Crystal Symmetry, Electron-Phonon Coupling, and Superconducting Tendencies in Li$_2$Pd$_3$B and Li$_2$Pt$_3$B

TL;DR

This paper investigates the electronic structure, phonon modes, and superconducting tendencies of Li$_2$Pd$_3$B and Li$_2$Pt$_3$B, highlighting the role of electron-phonon coupling and spin-orbit effects in their superconductivity.

Contribution

It provides detailed calculations of phonon frequencies, deformation potentials, and the impact of spin-orbit coupling, revealing the mechanisms driving superconductivity in these compounds.

Findings

Li$_2$Pd$_3$B has a dynamic mass enhancement of 0.75.

Superconductivity in Li$_2$Pd$_3$B is likely driven by Pd vibrations.
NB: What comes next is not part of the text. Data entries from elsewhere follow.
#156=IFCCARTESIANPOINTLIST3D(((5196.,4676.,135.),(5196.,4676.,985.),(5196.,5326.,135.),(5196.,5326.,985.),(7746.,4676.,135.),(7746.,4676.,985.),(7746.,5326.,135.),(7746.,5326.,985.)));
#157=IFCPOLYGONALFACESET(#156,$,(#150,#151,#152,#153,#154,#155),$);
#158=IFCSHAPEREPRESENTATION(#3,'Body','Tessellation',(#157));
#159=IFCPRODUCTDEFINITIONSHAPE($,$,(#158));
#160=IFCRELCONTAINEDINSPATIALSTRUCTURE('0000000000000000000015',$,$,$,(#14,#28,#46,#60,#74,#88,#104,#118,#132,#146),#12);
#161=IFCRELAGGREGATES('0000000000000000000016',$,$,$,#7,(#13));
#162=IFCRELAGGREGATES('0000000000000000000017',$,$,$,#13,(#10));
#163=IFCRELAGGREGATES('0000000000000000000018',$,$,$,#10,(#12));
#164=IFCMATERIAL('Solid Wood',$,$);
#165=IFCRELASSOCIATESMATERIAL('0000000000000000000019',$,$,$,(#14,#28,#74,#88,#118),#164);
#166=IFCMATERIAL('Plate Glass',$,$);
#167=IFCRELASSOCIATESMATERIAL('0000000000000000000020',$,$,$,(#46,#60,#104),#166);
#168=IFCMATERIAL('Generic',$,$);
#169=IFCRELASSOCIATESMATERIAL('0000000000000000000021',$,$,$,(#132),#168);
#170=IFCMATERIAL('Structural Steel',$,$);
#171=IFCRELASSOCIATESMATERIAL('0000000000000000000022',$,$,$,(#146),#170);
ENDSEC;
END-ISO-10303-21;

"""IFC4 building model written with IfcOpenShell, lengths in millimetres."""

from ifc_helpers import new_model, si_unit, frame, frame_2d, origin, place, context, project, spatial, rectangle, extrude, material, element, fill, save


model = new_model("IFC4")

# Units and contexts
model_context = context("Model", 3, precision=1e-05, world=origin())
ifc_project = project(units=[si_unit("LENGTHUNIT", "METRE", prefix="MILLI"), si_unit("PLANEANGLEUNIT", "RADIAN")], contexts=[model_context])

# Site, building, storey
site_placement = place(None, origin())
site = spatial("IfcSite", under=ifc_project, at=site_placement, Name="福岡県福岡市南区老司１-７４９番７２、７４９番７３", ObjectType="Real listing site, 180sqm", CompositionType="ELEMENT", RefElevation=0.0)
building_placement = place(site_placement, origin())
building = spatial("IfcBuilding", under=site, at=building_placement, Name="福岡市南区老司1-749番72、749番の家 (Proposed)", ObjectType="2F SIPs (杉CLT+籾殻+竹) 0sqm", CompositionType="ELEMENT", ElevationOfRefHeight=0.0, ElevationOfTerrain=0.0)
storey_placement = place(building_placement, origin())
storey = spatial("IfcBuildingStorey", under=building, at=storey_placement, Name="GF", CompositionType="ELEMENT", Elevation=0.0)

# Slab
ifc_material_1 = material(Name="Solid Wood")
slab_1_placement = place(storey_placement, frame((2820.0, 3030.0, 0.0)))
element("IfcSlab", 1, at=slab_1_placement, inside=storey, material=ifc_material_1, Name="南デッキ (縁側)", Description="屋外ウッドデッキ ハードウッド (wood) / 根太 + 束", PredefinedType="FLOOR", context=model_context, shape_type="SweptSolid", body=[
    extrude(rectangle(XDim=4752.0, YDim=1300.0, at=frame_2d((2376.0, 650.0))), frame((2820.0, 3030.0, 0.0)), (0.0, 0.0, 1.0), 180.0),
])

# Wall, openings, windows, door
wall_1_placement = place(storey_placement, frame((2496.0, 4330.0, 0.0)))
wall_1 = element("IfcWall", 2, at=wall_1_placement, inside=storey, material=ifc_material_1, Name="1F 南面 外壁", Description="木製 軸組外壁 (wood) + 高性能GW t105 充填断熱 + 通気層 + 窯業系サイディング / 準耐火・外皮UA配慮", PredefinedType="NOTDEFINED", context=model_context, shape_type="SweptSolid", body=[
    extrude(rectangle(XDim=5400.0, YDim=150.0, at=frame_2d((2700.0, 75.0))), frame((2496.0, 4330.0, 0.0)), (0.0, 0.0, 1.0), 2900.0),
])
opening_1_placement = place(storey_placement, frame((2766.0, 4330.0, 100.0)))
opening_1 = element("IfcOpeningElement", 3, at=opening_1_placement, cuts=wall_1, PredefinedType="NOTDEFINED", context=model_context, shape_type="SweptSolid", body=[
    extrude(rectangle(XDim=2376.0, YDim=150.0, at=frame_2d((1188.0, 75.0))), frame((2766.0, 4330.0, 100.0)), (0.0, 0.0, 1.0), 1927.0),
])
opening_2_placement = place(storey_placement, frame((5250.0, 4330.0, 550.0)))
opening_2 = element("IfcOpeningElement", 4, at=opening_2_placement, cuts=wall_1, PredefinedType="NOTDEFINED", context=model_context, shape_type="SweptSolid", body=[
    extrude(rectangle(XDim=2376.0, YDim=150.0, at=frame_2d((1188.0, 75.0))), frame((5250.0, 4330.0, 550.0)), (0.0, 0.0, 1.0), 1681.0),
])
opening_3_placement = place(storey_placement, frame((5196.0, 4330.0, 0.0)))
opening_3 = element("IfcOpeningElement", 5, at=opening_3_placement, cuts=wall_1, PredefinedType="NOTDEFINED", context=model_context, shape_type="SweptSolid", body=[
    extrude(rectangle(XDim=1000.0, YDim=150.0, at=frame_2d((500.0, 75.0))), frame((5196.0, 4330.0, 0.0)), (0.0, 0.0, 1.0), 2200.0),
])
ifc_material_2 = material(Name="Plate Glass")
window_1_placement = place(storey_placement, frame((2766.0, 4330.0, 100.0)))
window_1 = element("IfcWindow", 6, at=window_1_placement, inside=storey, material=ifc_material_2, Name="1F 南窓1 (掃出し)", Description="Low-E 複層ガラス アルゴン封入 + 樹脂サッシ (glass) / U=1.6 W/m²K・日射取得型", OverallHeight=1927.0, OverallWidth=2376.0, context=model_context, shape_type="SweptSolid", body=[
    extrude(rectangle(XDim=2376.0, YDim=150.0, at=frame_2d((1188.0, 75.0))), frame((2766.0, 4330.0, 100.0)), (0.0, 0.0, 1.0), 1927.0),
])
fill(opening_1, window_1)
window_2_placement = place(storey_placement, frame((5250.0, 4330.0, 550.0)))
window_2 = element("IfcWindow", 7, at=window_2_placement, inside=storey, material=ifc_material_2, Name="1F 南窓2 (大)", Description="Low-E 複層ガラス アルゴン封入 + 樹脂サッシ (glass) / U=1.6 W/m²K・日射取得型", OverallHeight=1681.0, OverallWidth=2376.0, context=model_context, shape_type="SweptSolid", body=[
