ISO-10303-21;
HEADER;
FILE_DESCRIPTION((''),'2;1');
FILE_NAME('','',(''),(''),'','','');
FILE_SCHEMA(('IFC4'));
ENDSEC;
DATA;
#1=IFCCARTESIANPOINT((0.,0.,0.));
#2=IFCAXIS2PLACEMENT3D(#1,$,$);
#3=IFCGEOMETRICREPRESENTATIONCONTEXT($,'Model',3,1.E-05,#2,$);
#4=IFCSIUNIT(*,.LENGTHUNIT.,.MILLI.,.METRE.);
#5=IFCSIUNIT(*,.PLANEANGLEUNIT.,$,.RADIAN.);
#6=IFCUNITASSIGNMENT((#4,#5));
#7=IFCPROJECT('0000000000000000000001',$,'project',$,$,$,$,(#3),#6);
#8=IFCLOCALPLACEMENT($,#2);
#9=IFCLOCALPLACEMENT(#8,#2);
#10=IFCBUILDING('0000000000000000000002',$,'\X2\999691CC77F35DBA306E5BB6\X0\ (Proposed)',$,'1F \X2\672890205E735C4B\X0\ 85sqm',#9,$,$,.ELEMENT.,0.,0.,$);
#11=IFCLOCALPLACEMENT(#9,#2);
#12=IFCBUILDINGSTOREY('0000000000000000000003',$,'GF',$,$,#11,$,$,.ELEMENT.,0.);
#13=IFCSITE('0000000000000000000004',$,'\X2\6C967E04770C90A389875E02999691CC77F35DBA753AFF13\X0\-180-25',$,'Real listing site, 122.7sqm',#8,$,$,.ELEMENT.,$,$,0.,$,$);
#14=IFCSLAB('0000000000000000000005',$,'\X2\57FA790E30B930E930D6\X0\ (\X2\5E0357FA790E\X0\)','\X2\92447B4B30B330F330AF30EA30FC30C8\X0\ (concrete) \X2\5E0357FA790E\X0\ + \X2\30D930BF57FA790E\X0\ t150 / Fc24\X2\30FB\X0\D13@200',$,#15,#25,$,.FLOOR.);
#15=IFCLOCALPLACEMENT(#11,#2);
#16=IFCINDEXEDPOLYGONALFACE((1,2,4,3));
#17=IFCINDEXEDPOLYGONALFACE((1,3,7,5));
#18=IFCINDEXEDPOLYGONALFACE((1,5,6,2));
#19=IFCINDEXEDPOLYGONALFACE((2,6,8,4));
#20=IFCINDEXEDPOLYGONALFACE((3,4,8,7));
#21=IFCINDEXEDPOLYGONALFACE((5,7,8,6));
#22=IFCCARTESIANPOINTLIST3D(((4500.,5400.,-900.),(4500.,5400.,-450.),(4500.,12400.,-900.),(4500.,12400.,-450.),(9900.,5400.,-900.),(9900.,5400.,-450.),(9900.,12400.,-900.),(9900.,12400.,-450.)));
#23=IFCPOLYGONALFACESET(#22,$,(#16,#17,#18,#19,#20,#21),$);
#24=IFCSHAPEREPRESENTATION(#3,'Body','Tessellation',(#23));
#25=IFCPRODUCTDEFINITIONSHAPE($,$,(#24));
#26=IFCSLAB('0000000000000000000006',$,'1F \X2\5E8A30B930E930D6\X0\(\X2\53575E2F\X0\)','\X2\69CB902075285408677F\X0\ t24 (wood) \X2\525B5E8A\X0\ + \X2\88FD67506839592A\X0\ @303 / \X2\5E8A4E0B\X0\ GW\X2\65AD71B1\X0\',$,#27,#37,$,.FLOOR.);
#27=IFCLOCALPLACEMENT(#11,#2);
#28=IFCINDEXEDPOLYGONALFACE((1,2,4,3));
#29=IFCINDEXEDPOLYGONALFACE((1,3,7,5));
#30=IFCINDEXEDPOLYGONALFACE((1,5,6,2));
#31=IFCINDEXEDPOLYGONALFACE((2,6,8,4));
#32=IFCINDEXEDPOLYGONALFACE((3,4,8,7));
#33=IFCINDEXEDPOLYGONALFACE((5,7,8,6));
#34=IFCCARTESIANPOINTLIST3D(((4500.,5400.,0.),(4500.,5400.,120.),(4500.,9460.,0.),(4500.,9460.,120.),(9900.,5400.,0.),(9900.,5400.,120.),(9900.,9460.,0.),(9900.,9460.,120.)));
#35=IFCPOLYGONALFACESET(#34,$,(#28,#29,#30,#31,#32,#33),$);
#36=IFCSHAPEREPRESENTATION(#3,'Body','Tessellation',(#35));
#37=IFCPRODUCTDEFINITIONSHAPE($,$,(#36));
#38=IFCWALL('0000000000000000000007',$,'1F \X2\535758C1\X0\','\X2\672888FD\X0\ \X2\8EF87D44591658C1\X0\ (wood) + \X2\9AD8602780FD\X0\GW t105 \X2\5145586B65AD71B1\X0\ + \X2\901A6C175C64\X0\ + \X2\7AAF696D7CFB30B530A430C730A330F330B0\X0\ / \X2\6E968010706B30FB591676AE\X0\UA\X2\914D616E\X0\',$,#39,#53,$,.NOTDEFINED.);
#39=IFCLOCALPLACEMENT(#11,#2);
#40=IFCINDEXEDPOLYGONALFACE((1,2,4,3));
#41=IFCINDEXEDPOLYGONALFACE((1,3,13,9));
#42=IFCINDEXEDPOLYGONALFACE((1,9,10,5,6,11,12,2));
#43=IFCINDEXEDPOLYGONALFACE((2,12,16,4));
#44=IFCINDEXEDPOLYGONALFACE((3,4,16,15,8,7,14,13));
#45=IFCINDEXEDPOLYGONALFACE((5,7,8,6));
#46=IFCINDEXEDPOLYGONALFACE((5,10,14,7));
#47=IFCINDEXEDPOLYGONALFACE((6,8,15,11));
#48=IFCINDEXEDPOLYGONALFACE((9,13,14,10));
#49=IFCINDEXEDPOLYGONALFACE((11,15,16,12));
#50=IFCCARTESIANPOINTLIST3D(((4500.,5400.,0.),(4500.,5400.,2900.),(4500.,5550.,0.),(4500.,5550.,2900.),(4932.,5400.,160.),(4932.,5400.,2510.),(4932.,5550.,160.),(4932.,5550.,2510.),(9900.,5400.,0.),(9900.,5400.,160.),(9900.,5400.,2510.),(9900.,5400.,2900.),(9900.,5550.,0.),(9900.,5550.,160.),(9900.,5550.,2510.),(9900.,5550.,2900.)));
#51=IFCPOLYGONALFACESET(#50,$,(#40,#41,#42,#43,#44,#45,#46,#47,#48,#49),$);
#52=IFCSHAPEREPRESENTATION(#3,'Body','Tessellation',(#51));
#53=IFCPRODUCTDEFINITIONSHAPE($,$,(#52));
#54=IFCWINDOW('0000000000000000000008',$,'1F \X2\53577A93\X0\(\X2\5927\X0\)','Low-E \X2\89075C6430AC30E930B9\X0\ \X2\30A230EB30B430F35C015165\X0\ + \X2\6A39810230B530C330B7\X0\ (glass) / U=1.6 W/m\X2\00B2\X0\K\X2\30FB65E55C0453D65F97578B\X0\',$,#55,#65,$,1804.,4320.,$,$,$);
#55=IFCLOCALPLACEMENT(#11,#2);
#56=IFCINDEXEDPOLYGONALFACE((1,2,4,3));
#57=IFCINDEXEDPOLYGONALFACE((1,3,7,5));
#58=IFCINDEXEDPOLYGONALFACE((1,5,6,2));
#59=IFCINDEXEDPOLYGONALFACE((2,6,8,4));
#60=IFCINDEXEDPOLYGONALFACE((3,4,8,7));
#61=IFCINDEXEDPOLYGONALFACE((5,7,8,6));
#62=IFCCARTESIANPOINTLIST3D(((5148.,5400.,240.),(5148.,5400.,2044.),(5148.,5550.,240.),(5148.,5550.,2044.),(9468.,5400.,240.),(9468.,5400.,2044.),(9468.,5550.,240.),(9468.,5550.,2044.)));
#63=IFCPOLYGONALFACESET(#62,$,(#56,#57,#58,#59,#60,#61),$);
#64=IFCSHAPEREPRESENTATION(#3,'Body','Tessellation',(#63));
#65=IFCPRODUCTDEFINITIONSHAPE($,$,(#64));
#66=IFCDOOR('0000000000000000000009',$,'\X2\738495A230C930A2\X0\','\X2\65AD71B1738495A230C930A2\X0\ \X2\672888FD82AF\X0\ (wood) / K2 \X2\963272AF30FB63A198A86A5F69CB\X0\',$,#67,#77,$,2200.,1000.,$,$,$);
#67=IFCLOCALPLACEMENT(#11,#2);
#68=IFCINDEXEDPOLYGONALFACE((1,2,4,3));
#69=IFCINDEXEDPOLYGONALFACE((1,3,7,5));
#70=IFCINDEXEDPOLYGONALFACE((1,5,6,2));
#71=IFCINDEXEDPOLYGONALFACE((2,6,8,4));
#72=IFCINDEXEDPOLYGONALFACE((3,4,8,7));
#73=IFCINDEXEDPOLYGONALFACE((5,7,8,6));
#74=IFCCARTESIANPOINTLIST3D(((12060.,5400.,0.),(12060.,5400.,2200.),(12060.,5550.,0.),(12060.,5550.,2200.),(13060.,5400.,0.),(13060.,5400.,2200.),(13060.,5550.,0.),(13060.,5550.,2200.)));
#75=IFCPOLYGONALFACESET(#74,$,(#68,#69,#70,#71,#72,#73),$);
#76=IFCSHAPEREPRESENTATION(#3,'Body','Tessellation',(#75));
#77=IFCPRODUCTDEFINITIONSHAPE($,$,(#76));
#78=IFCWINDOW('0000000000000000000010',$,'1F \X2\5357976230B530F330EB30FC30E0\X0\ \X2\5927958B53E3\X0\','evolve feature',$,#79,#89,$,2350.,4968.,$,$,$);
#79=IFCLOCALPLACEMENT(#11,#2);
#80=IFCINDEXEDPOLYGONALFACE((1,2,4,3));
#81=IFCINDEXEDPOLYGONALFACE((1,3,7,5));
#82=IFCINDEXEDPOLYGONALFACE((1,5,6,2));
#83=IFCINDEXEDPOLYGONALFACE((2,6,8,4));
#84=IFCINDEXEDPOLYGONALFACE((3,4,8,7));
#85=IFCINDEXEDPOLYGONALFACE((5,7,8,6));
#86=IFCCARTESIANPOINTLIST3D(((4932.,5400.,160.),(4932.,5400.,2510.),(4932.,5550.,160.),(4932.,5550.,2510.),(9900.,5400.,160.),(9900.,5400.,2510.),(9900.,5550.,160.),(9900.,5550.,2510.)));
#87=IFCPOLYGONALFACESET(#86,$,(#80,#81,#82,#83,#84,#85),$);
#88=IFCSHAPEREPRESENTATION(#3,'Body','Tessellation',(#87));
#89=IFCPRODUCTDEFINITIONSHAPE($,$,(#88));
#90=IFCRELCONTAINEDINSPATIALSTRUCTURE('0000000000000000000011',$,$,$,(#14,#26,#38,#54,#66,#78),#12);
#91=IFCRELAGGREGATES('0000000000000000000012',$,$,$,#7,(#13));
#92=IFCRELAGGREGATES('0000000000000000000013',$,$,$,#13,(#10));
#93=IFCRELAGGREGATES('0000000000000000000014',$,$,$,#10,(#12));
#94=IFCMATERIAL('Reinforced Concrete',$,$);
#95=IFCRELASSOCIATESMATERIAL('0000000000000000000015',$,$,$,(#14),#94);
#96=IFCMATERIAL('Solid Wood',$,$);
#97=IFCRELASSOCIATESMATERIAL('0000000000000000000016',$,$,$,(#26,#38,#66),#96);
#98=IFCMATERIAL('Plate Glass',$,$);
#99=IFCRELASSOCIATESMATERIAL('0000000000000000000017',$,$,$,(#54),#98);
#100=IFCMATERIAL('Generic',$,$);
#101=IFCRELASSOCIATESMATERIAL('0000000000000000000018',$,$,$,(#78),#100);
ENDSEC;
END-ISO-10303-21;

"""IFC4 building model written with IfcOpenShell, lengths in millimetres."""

from ifc_helpers import new_model, si_unit, frame, frame_2d, origin, place, context, project, spatial, rectangle, extrude, material, element, fill, save


model = new_model("IFC4")

# Units and contexts
model_context = context("Model", 3, precision=1e-05, world=origin())
ifc_project = project(units=[si_unit("LENGTHUNIT", "METRE", prefix="MILLI"), si_unit("PLANEANGLEUNIT", "RADIAN")], contexts=[model_context])

# Site, building, storey
site_placement = place(None, origin())
site = spatial("IfcSite", under=ifc_project, at=site_placement, Name="沖縄県那覇市首里石嶺町３-180-25", ObjectType="Real listing site, 122.7sqm", CompositionType="ELEMENT", RefElevation=0.0)
building_placement = place(site_placement, origin())
building = spatial("IfcBuilding", under=site, at=building_placement, Name="首里石嶺の家 (Proposed)", ObjectType="1F 木造平屋 85sqm", CompositionType="ELEMENT", ElevationOfRefHeight=0.0, ElevationOfTerrain=0.0)
storey_placement = place(building_placement, origin())
storey = spatial("IfcBuildingStorey", under=building, at=storey_placement, Name="GF", CompositionType="ELEMENT", Elevation=0.0)

# Slabs
ifc_material_1 = material(Name="Reinforced Concrete")
slab_1_placement = place(storey_placement, frame((2250.0, 2700.0, -450.0)))
element("IfcSlab", 1, at=slab_1_placement, inside=storey, material=ifc_material_1, Name="基礎スラブ (布基礎)", Description="鉄筋コンクリート (concrete) 布基礎 + ベタ基礎 t150 / Fc24・D13@200", PredefinedType="FLOOR", context=model_context, shape_type="SweptSolid", body=[
    extrude(rectangle(XDim=5400.0, YDim=7000.0, at=frame_2d((2700.0, 3500.0))), frame((2250.0, 2700.0, -450.0)), (0.0, 0.0, 1.0), 450.0),
])
ifc_material_2 = material(Name="Solid Wood")
slab_2_placement = place(storey_placement, frame((2250.0, 2700.0, 0.0)))
element("IfcSlab", 2, at=slab_2_placement, inside=storey, material=ifc_material_2, Name="1F 床スラブ(南帯)", Description="構造用合板 t24 (wood) 剛床 + 製材根太 @303 / 床下 GW断熱", PredefinedType="FLOOR", context=model_context, shape_type="SweptSolid", body=[
    extrude(rectangle(XDim=5400.0, YDim=4060.0, at=frame_2d((2700.0, 2030.0))), frame((2250.0, 2700.0, 0.0)), (0.0, 0.0, 1.0), 120.0),
])

# Wall, openings, windows, door
wall_1_placement = place(storey_placement, frame((2250.0, 2700.0, 0.0)))
wall_1 = element("IfcWall", 3, at=wall_1_placement, inside=storey, material=ifc_material_2, Name="1F 南壁", Description="木製 軸組外壁 (wood) + 高性能GW t105 充填断熱 + 通気層 + 窯業系サイディング / 準耐火・外皮UA配慮", PredefinedType="NOTDEFINED", context=model_context, shape_type="SweptSolid", body=[
    extrude(rectangle(XDim=5400.0, YDim=150.0, at=frame_2d((2700.0, 75.0))), frame((2250.0, 2700.0, 0.0)), (0.0, 0.0, 1.0), 2900.0),
])
opening_1_placement = place(storey_placement, frame((2574.0, 2700.0, 120.0)))
opening_1 = element("IfcOpeningElement", 4, at=opening_1_placement, cuts=wall_1, PredefinedType="NOTDEFINED", context=model_context, shape_type="SweptSolid", body=[
    extrude(rectangle(XDim=4320.0, YDim=150.0, at=frame_2d((2160.0, 75.0))), frame((2574.0, 2700.0, 120.0)), (0.0, 0.0, 1.0), 1804.0),
])
opening_2_placement = place(storey_placement, frame((6030.0, 2700.0, 0.0)))
opening_2 = element("IfcOpeningElement", 5, at=opening_2_placement, cuts=wall_1, PredefinedType="NOTDEFINED", context=model_context, shape_type="SweptSolid", body=[
    extrude(rectangle(XDim=1000.0, YDim=150.0, at=frame_2d((500.0, 75.0))), frame((6030.0, 2700.0, 0.0)), (0.0, 0.0, 1.0), 2200.0),
])
opening_3_placement = place(storey_placement, frame((2466.0, 2700.0, 80.0)))
opening_3 = element("IfcOpeningElement", 6, at=opening_3_placement, cuts=wall_1, PredefinedType="NOTDEFINED", context=model_context, shape_type="SweptSolid", body=[
    extrude(rectangle(XDim=4968.0, YDim=150.0, at=frame_2d((2484.0, 75.0))), frame((2466.0, 2700.0, 80.0)), (0.0, 0.0, 1.0), 2350.0),
])
ifc_material_3 = material(Name="Plate Glass")
window_1_placement = place(storey_placement, frame((2574.0, 2700.0, 120.0)))
window_1 = element("IfcWindow", 7, at=window_1_placement, inside=storey, material=ifc_material_3, Name="1F 南窓(大)", Description="Low-E 複層ガラス アルゴン封入 + 樹脂サッシ (glass) / U=1.6 W/m²K・日射取得型", OverallHeight=1804.0, OverallWidth=4320.0, context=model_context, shape_type="SweptSolid", body=[
    extrude(rectangle(XDim=4320.0, YDim=150.0, at=frame_2d((2160.0, 75.0))), frame((2574.0, 2700.0, 120.0)), (0.0, 0.0, 1.0), 1804.0),
])
fill(opening_1, window_1)
door_1_placement = place(storey_placement, frame((6030.0, 2700.0, 0.0)))
door_1 = element("IfcDoor", 8, at=door_1_placement, inside=storey, material=ifc_material_2, Name="玄関ドア", Description="断熱玄関ドア 木製芯 (wood) / K2 防犯・採風機構", OverallHeight=2200.0, OverallWidth=1000.0, context=model_context, shape_type="SweptSolid", body=[
    extrude(rectangle(XDim=1000.0, YDim=150.0, at=frame_2d((500.0, 75.0))), frame((6030.0, 2700.0, 0.0)), (0.0, 0.0, 1.0), 2200.0),
])
fill(opening_2, door_1)
ifc_material_4 = material(Name="Generic")
window_2_placement = place(storey_placement, frame((2466.0, 2700.0, 80.0)))
window_2 = element("IfcWindow", 9, at=window_2_placement, inside=storey, material=ifc_material_4, Name="1F 南面サンルーム 大開口", Description="evolve feature", OverallHeight=2350.0, OverallWidth=4968.0, context=model_context, shape_type="SweptSolid", body=[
Spin-orbit coupling significantly affects the band structure of Li$_2$Pt$_3$B.

Abstract

After theoretical determination of the internal structural coordinates in Li$_2$Pd$_3$B, we calculate and analyze its electronic structure and obtain the frequencies of the two $A_g$ phonons (40.6 meV for nearly pure Li mode, 13.0 meV for the strongly mixed Pd-Li mode). Pd can be ascribed a $4d^{10}$ configuration, but strong 4d character remains up to the Fermi level. Small regions of flat bands occur at -70 meV at both the $\Gamma$ and X points. Comparison of the Fermi level density of states to the linear specific heat coefficient gives a dynamic mass enhancement of $\lambda$ = 0.75. Rough Fermi surface averages of the deformation potentials $D$ of individual Pd and Li displacements are obtained. While <$D_{Li}$> is small, <$D_{Pd}> ~ 1.15 eV/\AA is sizable, and a plausible case exists for its superconductivity at 8 K being driven primarily by coupling to Pd vibrations. The larger d bandwidth in Li$_2$Pt$_3$B leads to important differences in the bands near the Fermi surface. The effect on the band structure of spin-orbit coupling plus lack of inversion is striking, and is much larger in the Pt compound.